Description of the task: Among the entries below, count the lines that contain the word "IFCMEASUREWITHUNIT". Respond with the count only.

»»

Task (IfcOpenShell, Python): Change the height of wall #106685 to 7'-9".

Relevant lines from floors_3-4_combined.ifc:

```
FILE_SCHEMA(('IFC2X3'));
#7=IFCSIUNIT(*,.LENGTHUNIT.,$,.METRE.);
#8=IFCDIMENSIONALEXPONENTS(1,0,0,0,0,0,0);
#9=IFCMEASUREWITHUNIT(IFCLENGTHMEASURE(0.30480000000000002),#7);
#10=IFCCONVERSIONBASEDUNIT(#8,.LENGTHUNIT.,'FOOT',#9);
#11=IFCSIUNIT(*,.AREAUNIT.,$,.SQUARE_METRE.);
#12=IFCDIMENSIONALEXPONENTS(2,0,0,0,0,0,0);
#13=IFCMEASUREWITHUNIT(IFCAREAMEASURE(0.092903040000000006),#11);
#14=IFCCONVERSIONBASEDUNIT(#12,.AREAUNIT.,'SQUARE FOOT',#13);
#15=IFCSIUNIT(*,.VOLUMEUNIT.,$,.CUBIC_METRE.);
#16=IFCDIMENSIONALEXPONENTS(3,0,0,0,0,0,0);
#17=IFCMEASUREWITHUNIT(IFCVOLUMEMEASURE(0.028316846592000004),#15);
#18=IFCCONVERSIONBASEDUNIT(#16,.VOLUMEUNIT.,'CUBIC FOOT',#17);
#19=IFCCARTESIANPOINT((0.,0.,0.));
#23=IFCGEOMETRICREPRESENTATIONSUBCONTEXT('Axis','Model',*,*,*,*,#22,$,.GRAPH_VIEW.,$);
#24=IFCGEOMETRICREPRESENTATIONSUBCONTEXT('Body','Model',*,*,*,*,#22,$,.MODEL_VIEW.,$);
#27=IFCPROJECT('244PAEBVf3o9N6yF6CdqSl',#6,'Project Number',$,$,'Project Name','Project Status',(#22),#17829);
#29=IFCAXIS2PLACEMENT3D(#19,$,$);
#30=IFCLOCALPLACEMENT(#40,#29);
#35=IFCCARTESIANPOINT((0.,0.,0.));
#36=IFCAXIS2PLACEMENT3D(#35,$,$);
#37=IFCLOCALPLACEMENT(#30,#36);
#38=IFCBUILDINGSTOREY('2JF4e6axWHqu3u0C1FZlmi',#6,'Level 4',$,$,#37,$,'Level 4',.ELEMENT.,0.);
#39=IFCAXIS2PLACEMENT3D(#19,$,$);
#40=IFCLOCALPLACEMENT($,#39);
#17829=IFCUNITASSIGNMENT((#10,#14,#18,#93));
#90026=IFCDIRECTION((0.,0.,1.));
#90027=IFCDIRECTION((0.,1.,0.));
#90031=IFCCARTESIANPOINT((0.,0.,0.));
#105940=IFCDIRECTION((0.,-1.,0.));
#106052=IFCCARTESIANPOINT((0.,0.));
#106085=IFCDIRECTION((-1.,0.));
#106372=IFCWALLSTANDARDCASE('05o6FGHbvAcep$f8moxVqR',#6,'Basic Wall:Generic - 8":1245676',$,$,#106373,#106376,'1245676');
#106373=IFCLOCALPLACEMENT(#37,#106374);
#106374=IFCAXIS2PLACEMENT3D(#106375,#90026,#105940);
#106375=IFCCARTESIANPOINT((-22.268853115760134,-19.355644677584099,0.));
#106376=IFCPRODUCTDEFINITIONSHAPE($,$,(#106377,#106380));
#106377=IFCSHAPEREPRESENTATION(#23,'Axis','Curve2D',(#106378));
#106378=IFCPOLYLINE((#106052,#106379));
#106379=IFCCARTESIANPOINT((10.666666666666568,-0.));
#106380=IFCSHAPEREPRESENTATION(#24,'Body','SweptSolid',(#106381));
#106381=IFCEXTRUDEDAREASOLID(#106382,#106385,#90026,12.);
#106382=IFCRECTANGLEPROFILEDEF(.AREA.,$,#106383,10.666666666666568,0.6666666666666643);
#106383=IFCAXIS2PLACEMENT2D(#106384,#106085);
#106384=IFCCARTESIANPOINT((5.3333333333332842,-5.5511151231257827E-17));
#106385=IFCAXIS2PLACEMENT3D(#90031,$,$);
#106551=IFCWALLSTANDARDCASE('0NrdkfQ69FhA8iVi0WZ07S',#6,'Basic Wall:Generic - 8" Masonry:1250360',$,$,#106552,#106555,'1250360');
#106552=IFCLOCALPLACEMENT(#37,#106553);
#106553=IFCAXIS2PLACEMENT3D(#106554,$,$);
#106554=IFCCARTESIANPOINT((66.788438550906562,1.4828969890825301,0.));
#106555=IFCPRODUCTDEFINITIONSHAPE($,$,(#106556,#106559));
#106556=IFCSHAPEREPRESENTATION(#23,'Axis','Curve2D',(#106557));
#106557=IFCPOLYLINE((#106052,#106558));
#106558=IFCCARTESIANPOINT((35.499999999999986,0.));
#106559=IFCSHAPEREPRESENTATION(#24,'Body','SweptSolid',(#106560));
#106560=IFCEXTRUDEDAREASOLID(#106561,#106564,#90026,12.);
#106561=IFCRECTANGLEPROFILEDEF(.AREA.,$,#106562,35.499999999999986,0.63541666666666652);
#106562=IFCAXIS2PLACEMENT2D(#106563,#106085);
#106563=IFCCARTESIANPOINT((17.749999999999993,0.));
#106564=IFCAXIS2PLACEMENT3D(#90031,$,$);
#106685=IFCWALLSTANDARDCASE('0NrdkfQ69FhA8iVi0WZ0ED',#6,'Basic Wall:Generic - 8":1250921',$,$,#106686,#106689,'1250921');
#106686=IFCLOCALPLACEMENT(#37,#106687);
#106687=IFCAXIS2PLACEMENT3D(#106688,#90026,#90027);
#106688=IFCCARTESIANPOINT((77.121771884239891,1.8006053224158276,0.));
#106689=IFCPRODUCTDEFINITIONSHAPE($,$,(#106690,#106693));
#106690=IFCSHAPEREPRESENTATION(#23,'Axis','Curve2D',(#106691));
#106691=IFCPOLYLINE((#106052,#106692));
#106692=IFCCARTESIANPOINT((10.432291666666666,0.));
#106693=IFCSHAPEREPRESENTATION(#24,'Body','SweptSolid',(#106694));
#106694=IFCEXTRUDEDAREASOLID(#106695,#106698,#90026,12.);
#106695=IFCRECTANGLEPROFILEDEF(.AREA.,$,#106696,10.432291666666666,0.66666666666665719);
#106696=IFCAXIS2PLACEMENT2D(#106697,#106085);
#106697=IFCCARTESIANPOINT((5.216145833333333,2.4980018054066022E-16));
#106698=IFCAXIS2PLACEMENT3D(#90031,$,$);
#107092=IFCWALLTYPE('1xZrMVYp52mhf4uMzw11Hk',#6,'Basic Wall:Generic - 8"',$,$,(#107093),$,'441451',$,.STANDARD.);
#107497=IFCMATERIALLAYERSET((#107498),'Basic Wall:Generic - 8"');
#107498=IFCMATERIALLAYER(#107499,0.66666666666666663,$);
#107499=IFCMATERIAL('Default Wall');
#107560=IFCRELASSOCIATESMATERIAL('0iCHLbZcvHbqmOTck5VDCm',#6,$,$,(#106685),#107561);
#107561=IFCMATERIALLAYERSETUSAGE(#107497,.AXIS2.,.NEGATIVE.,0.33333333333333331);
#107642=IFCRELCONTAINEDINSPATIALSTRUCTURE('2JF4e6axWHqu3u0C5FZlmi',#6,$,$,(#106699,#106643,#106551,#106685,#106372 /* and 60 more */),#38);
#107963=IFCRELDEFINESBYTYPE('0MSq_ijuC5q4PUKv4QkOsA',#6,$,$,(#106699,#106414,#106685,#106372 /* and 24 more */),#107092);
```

```python
import ifcopenshell
import ifcopenshell.geom
import ifcopenshell.util.representation
import ifcopenshell.util.shape
import ifcopenshell.util.unit

model = ifcopenshell.open("floors_3-4_combined.ifc")
unit_scale = ifcopenshell.util.unit.calculate_unit_scale(model)
settings = ifcopenshell.geom.settings()


def volume(element):
    """Net volume in cubic metres, openings subtracted."""
    shape = ifcopenshell.geom.create_shape(settings, element)
    return ifcopenshell.util.shape.get_volume(shape.geometry)


wall = model.by_guid("0NrdkfQ69FhA8iVi0WZ0ED")
before = volume(wall)

body = ifcopenshell.util.representation.get_representation(wall, "Model", "Body")
solid = body.Items[0]
old_height = solid.Depth
solid.Depth = 93 * 0.0254 / unit_scale
after = volume(wall)

print(f"height {old_height:g} -> {solid.Depth:g}, volume {before:.3f} -> {after:.3f} m3")

model.write("floors_3-4_combined-out.ifc")
```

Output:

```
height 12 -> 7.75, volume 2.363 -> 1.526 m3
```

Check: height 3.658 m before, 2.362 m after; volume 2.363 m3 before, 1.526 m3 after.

««

Reply: 3